** Opening Exercise data block **

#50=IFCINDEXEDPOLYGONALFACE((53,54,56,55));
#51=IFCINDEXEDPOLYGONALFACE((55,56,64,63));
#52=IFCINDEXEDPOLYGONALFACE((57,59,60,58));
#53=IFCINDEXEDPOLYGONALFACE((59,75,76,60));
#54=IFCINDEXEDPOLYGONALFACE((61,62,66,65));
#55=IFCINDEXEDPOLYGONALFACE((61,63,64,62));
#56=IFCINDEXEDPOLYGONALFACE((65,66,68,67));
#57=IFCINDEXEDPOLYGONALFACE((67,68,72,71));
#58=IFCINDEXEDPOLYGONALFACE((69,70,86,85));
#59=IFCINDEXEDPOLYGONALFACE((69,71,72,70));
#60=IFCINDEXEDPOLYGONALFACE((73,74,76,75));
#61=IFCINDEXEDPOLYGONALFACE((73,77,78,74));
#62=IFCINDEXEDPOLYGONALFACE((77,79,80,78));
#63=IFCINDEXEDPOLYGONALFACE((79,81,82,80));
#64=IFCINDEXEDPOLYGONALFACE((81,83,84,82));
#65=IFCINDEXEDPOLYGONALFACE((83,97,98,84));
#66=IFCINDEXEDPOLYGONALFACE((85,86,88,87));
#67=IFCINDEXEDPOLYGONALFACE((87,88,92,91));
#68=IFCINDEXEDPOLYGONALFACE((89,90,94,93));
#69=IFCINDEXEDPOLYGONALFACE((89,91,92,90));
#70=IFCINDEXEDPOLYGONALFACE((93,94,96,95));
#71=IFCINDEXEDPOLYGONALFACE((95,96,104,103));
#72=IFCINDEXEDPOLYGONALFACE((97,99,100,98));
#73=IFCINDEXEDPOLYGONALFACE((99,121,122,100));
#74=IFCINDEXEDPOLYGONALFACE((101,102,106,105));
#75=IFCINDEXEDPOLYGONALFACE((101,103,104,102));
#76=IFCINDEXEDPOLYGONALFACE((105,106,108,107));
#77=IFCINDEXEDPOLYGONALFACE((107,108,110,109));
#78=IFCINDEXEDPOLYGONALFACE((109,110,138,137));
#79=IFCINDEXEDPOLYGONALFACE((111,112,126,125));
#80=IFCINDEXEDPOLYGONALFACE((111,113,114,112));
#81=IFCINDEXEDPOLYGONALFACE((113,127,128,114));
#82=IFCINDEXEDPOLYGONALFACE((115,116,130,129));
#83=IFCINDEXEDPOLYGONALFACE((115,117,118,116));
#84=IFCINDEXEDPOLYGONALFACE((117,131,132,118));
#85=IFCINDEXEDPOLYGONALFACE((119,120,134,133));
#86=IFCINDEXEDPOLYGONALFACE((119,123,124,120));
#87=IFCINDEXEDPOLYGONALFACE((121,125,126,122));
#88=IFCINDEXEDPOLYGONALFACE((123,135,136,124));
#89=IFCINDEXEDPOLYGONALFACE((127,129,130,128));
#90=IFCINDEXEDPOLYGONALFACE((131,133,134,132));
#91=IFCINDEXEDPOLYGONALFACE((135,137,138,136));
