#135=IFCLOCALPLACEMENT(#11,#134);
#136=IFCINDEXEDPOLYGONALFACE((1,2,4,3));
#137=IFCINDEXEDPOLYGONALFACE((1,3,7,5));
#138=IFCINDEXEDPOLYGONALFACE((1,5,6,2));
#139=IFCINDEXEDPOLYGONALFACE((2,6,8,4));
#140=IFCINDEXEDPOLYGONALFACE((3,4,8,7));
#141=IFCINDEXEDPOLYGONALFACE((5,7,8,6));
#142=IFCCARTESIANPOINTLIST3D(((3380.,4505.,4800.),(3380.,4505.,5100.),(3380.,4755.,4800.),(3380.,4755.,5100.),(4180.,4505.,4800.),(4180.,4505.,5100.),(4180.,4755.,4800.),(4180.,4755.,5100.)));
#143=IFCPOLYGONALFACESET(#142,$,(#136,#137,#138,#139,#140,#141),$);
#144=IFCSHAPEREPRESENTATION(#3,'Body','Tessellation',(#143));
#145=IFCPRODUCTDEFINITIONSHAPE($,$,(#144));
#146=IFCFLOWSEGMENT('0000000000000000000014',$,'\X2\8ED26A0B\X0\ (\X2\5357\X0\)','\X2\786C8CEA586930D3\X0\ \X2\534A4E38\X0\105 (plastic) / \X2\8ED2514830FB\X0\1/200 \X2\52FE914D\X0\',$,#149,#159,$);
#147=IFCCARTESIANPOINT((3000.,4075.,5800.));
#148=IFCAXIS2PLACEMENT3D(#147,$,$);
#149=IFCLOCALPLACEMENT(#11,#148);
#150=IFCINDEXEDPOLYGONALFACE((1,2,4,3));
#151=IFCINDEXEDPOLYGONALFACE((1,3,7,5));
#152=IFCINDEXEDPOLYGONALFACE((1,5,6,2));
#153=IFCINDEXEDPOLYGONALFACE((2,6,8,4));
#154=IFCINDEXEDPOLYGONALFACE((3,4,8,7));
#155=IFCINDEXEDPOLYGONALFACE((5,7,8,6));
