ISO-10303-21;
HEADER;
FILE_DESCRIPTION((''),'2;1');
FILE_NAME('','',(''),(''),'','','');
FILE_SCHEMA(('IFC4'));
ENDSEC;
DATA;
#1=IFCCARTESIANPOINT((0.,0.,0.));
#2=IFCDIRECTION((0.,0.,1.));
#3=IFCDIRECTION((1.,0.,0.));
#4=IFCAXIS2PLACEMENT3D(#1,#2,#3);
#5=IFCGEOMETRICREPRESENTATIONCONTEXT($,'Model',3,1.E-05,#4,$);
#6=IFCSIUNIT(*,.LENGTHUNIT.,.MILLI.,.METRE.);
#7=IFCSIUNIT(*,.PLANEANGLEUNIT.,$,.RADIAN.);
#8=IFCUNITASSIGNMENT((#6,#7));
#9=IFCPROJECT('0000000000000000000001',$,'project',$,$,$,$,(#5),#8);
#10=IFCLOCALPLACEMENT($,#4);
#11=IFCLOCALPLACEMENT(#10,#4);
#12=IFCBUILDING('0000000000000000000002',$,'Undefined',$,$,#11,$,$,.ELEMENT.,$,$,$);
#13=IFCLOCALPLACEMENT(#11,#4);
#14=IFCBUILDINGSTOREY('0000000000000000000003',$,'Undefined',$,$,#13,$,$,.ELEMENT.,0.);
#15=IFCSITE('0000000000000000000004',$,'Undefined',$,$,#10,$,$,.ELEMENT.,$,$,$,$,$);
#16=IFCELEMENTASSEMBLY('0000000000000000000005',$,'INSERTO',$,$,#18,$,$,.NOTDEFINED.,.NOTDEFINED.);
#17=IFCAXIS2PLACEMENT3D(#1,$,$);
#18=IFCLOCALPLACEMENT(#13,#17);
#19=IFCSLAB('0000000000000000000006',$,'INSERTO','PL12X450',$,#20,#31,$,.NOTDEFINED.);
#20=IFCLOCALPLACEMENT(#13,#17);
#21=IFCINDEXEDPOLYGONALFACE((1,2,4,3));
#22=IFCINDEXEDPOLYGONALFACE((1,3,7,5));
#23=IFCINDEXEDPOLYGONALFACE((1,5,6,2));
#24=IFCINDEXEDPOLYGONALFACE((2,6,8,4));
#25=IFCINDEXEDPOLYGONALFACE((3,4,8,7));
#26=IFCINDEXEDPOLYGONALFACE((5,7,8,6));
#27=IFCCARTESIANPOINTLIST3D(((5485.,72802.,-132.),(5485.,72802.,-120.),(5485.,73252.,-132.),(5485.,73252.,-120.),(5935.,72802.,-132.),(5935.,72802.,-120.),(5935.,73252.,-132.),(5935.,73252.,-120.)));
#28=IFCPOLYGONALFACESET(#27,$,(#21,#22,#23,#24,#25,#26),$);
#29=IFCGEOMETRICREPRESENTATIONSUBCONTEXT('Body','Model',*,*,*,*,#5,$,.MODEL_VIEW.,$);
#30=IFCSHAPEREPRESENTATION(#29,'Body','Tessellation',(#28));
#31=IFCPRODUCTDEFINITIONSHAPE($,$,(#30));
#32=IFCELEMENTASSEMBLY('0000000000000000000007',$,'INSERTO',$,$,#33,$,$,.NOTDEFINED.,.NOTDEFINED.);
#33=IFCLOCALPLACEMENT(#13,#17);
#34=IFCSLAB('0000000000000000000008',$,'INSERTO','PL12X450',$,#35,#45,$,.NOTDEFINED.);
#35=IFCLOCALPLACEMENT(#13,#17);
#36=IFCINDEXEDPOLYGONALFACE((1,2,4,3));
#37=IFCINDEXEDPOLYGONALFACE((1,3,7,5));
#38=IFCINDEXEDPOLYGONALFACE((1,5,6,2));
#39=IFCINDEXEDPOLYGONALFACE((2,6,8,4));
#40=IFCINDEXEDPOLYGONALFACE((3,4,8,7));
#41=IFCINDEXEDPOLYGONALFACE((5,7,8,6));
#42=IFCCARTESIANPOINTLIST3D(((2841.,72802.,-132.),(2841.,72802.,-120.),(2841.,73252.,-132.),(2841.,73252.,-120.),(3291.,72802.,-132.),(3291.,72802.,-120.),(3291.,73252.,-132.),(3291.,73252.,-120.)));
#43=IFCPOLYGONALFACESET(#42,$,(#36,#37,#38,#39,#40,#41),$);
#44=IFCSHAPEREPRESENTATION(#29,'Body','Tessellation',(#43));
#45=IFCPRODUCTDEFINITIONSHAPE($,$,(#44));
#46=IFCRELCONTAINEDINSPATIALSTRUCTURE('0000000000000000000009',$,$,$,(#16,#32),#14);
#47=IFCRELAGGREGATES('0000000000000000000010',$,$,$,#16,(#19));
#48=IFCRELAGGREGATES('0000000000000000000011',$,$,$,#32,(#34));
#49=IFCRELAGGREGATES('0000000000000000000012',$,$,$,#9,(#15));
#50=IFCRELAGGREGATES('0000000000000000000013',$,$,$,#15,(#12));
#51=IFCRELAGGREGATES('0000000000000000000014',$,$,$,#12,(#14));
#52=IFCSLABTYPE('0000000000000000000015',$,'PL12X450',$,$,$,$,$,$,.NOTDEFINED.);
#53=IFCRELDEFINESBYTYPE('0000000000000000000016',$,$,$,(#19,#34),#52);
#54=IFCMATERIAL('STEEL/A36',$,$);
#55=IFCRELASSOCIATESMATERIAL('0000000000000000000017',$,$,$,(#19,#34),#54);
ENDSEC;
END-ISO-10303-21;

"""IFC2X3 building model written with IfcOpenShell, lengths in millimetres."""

from ifc_helpers import new_model, si_unit, frame, origin_with_axes, place, context, subcontext, project, spatial, polyline, outline, extrude, material, type_object, element, aggregate, save


model = new_model("IFC2X3")

# Units and contexts
model_context = context("Model", 3, precision=1e-05, world=origin_with_axes())
body_context = subcontext(model_context, "Body", "Model", "MODEL_VIEW")
ifc_project = project(units=[si_unit("LENGTHUNIT", "METRE", prefix="MILLI"), si_unit("PLANEANGLEUNIT", "RADIAN")], contexts=[model_context])

# Site, building, storey
site_placement = place(None, origin_with_axes())
site = spatial("IfcSite", under=ifc_project, at=site_placement, Name="Undefined", CompositionType="ELEMENT")
building_placement = place(site_placement, origin_with_axes())
building = spatial("IfcBuilding", under=site, at=building_placement, Name="Undefined", CompositionType="ELEMENT")
storey_placement = place(building_placement, origin_with_axes())
storey = spatial("IfcBuildingStorey", under=building, at=storey_placement, Name="Undefined", CompositionType="ELEMENT", Elevation=0.0)

# Shared definitions
ifc_material_1 = material(Name="STEEL/A36")

# Element assemblies, slabs
assembly_1_placement = place(storey_placement, origin_with_axes())
assembly_1 = element("IfcElementAssembly", 1, at=assembly_1_placement, inside=storey, Name="INSERTO", AssemblyPlace="NOTDEFINED", PredefinedType="NOTDEFINED")
slab_type_1 = type_object("IfcSlabType", Name="PL12X450", PredefinedType="NOTDEFINED")
slab_1_placement = place(assembly_1_placement, frame((5485.0, 72802.0, -126.0), z_axis=(0.0, 0.0, 1.0), x_axis=(1.0, 0.0, 0.0)))
slab_1 = element("IfcSlab", 2, at=slab_1_placement, type_object=slab_type_1, material=ifc_material_1, Name="INSERTO", Description="PL12X450", PredefinedType="NOTDEFINED", context=body_context, shape_type="SweptSolid", body=[
    extrude(outline(polyline([(0.0, 0.0), (450.0, 0.0), (450.0, 450.0), (0.0, 450.0), (0.0, 0.0)])), frame((0.0, 0.0, -6.0), z_axis=(0.0, 0.0, 1.0), x_axis=(1.0, 0.0, 0.0)), (0.0, 0.0, 1.0), 12.0),
])
assembly_2_placement = place(storey_placement, origin_with_axes())
assembly_2 = element("IfcElementAssembly", 3, at=assembly_2_placement, inside=storey, Name="INSERTO", AssemblyPlace="NOTDEFINED", PredefinedType="NOTDEFINED")
slab_2_placement = place(assembly_2_placement, frame((2841.0, 72802.0, -126.0), z_axis=(0.0, 0.0, 1.0), x_axis=(1.0, 0.0, 0.0)))
slab_2 = element("IfcSlab", 4, at=slab_2_placement, type_object=slab_type_1, material=ifc_material_1, Name="INSERTO", Description="PL12X450", PredefinedType="NOTDEFINED", context=body_context, shape_type="SweptSolid", body=[
    extrude(outline(polyline([(0.0, 0.0), (450.0, 0.0), (450.0, 450.0), (0.0, 450.0), (0.0, 0.0)])), frame((0.0, 0.0, -6.0), z_axis=(0.0, 0.0, 1.0), x_axis=(1.0, 0.0, 0.0)), (0.0, 0.0, 1.0), 12.0),
])

aggregate(assembly_1, [slab_1])
aggregate(assembly_2, [slab_2])

save(model, "model.ifc")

** Closing Exercise data block **

# Required work
Repeat the data word for word, starting at its first line and stopping after the line that contains "#59=IFCINDEXEDPOLYGONALFACE((69,71,72,70));".

# Task response
#50=IFCINDEXEDPOLYGONALFACE((53,54,56,55));
#51=IFCINDEXEDPOLYGONALFACE((55,56,64,63));
#52=IFCINDEXEDPOLYGONALFACE((57,59,60,58));
#53=IFCINDEXEDPOLYGONALFACE((59,75,76,60));
#54=IFCINDEXEDPOLYGONALFACE((61,62,66,65));
#55=IFCINDEXEDPOLYGONALFACE((61,63,64,62));
#56=IFCINDEXEDPOLYGONALFACE((65,66,68,67));
#57=IFCINDEXEDPOLYGONALFACE((67,68,72,71));
#58=IFCINDEXEDPOLYGONALFACE((69,70,86,85));
#59=IFCINDEXEDPOLYGONALFACE((69,71,72,70));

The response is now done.